Just thought I would give you all an update on BaWaaJige. He is 6 3/4 mos old. His obedience is coming along nicely as is his hunt training. He is doing about 100yd retrieves, 50yd blind retrieves, he is a natural at casting. This friday we start upland training. I need to get some chuckers from a friend so I can practice alot. We have an upland test in feb and I hope to title him that weekend. 4 tests in two days. He has to flush the bird, be steady at hand, deliever the bird to hand and honor another dogs retrieve.



















here he is with Vendetta both are waiting for me to throw their tennis ball( vendetta) and doken duck( BaWaaJige).

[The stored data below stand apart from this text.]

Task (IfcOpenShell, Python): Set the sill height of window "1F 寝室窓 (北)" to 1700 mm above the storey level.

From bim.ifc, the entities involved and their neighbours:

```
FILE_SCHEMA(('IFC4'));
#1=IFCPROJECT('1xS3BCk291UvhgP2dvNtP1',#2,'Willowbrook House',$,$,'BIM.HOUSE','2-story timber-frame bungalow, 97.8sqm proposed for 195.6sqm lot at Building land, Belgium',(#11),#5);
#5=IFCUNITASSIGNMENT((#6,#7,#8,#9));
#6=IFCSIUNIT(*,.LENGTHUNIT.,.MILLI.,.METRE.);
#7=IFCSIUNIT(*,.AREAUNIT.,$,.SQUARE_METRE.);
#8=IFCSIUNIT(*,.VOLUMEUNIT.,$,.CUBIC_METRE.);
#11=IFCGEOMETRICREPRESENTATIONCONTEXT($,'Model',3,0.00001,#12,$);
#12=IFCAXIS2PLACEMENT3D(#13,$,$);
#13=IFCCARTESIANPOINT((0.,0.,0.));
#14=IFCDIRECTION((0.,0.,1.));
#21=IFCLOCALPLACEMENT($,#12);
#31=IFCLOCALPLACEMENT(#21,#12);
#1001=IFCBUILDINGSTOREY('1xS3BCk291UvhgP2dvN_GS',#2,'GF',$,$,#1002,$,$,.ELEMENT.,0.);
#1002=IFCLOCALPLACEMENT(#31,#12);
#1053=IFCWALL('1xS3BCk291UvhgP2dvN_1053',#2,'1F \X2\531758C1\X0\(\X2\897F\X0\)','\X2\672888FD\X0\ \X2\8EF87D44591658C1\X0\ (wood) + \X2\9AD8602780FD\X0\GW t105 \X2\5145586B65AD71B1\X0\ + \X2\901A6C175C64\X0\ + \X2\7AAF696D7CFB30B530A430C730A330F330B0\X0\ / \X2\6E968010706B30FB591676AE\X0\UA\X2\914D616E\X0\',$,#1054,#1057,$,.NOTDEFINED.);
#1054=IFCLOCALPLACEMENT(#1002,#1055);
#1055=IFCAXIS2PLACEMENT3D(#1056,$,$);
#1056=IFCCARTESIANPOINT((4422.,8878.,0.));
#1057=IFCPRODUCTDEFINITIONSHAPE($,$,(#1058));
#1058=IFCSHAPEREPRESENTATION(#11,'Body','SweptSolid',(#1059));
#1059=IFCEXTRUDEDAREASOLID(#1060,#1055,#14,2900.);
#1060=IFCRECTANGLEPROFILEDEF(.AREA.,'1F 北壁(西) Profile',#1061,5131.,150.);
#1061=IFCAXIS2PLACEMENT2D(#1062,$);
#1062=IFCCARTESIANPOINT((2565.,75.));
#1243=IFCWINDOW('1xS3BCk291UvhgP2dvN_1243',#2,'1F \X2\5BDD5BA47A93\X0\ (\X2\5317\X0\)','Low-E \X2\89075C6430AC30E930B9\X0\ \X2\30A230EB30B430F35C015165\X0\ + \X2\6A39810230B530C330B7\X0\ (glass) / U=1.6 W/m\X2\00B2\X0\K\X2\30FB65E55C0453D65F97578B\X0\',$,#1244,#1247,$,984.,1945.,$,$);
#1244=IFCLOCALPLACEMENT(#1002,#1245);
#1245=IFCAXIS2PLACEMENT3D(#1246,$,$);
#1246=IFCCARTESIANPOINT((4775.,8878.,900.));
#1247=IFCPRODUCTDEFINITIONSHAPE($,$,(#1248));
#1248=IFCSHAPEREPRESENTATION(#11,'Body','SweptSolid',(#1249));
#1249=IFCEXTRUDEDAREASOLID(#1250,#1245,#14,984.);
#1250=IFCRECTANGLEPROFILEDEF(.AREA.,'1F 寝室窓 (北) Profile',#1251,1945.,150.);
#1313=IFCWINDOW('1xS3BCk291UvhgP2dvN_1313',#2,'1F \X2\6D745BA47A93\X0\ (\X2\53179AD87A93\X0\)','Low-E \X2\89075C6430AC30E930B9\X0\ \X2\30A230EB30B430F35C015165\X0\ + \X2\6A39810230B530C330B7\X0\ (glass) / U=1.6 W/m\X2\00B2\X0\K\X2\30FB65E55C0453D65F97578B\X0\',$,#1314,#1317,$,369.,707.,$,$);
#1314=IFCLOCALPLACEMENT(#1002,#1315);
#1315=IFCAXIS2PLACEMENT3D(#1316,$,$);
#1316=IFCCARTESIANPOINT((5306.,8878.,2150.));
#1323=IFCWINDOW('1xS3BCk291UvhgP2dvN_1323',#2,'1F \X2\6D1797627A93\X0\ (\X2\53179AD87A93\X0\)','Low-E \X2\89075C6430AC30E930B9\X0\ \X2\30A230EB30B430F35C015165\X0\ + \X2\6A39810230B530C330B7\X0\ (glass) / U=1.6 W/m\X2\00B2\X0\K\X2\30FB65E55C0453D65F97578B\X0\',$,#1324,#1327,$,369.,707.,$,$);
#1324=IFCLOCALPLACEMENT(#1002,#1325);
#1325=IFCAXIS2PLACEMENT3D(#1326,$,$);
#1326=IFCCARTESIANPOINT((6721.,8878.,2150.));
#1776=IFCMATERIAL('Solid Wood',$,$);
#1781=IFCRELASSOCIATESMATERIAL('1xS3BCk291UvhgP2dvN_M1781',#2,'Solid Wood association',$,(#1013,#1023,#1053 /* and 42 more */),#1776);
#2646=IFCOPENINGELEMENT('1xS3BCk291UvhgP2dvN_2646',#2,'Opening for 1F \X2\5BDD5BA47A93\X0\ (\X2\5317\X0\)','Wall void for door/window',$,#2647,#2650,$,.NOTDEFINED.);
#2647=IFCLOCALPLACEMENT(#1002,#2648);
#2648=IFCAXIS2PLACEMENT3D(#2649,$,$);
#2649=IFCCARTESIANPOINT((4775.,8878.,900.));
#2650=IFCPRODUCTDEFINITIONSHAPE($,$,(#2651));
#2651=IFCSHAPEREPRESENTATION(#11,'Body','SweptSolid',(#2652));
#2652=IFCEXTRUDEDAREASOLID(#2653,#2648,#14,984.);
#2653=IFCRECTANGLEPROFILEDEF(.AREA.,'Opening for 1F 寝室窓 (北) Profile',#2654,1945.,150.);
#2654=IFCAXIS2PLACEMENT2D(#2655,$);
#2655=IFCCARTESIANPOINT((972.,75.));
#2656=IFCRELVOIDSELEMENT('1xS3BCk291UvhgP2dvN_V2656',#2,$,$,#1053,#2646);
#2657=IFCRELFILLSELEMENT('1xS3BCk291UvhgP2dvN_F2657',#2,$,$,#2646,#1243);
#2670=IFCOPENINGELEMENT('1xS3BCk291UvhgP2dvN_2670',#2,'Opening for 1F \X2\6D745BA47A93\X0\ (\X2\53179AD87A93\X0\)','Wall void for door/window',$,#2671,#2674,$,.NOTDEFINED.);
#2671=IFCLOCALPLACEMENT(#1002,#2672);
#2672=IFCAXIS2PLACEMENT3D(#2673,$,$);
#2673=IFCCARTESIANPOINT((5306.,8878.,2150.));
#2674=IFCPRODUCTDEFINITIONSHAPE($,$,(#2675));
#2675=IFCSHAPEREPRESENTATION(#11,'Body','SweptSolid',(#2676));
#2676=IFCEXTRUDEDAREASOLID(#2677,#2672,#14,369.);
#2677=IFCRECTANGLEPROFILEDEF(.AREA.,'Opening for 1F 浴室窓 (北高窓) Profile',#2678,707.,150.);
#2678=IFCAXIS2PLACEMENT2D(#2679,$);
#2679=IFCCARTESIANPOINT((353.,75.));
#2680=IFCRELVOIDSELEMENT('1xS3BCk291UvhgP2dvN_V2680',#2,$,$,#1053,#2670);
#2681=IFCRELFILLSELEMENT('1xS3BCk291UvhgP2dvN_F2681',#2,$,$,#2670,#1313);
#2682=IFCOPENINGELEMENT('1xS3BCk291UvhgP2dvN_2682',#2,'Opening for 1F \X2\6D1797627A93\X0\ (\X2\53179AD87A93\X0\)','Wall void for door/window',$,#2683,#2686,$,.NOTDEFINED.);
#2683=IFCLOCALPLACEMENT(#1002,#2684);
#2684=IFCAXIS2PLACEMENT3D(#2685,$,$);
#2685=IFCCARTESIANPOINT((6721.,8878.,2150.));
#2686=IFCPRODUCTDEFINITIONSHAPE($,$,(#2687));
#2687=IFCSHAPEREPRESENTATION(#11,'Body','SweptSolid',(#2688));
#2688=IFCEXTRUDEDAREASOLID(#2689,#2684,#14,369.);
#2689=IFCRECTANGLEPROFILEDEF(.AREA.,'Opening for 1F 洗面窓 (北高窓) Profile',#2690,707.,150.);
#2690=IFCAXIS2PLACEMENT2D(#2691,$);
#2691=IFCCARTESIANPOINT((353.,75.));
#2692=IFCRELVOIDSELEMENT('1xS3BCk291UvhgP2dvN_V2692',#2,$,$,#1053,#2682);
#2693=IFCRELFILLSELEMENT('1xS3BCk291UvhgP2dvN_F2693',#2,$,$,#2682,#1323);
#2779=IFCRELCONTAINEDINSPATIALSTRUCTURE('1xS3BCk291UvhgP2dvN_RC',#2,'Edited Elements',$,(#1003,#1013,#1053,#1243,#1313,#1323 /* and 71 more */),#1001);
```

```python
import numpy as np
import ifcopenshell
import ifcopenshell.api.geometry
import ifcopenshell.geom
import ifcopenshell.util.element
import ifcopenshell.util.placement
import ifcopenshell.util.shape
import ifcopenshell.util.unit

model = ifcopenshell.open("bim.ifc")
unit_scale = ifcopenshell.util.unit.calculate_unit_scale(model)

window = model.by_guid("1xS3BCk291UvhgP2dvN_1243")
opening = window.FillsVoids[0].RelatingOpeningElement
storey = ifcopenshell.util.element.get_container(window, ifc_class="IfcBuildingStorey")
level = ifcopenshell.util.placement.get_local_placement(storey.ObjectPlacement)[2, 3]

# The opening's origin need not be at the sill, so measure its lowest point.
shape = ifcopenshell.geom.create_shape(ifcopenshell.geom.settings(), opening)
bottom = ifcopenshell.util.shape.get_shape_bottom_elevation(shape, shape.geometry) / unit_scale
dz = level + 1700.0 - bottom

shift = np.array([0.0, 0.0, dz])
# The window is not placed relative to its opening, so move both.
for product in (opening, window):
    matrix = ifcopenshell.util.placement.get_local_placement(product.ObjectPlacement)
    matrix[:3, 3] += shift
    ifcopenshell.api.geometry.edit_object_placement(model, product=product, matrix=matrix, is_si=False)

print(f"moved by {dz * unit_scale:+.3f} m")

model.write("bim-out.ifc")
```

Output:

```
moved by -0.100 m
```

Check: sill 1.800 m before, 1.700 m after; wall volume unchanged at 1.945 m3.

Almost forgot he was in another conformation show in Oct and took 2 first place ribbons ( no points he was only 5mos). I would lke to title him in conformation as he would be one of the few field bred goldens to title. The Kennel I got him from has never had a dog go through conforamtion and title I really hope I can make that happen.

Thanks for looking.


----------



## Black Rabbit (Nov 14, 2009)

That's great!! Good luck, although you don't need it. I'm sure he'll do great


----------



## Aireal (Jul 2, 2010)

You know how I feel about this boy!!!


----------



## DMTWI (Nov 2, 2010)

He is getting big! Good job with all the work you're doing with him, very impressive. :thumbsup:


----------



## ames (Jun 6, 2010)

Wow! So great and do happy for you! Beautiful pups! 

Just wondering why does honoring another dogs Retreive entail? Multiple dogs being sent at the same one for one item? How is it done?


----------



## dixieland (Aug 14, 2009)

Congrats on everything with him so far Sharon!I knew you were going to do great things with him.


----------



## MY MIKADO (Apr 7, 2006)

ames said:


> Wow! So great and do happy for you! Beautiful pups!
> 
> Just wondering why does honoring another dogs Retreive entail? Multiple dogs being sent at the same one for one item? How is it done?


Honoring is your dog without any verbal commands sits or stands steady at your side while another dog flushes a bird or has a bird sent for them. I have been working on this with Jige since he was wks old. I would have him stand beside me as I sent a ball out for Vendetta. I also make him sit while Prada has her runs.


----------



## ames (Jun 6, 2010)

MY MIKADO said:


> Honoring is your dog without any verbal commands sits or stands steady at your side while another dog flushes a bird or has a bird sent for them. I have been working on this with Jige since he was wks old. I would have him stand beside me as I sent a ball out for Vendetta. I also make him sit while Prada has her runs.


Thank you for explaining it!  He must be so excited when he is waiting for his turn!


----------



## meganc66 (Mar 6, 2009)

He looks so big Sharon I can't believe it! Good luck on your hunting trials!


----------



## MY MIKADO (Apr 7, 2006)

BaWaaJIge and I just want to thank all of you for looking at his pictures. Yes he is a big boy. He is about 22" and weighs around 60#.


----------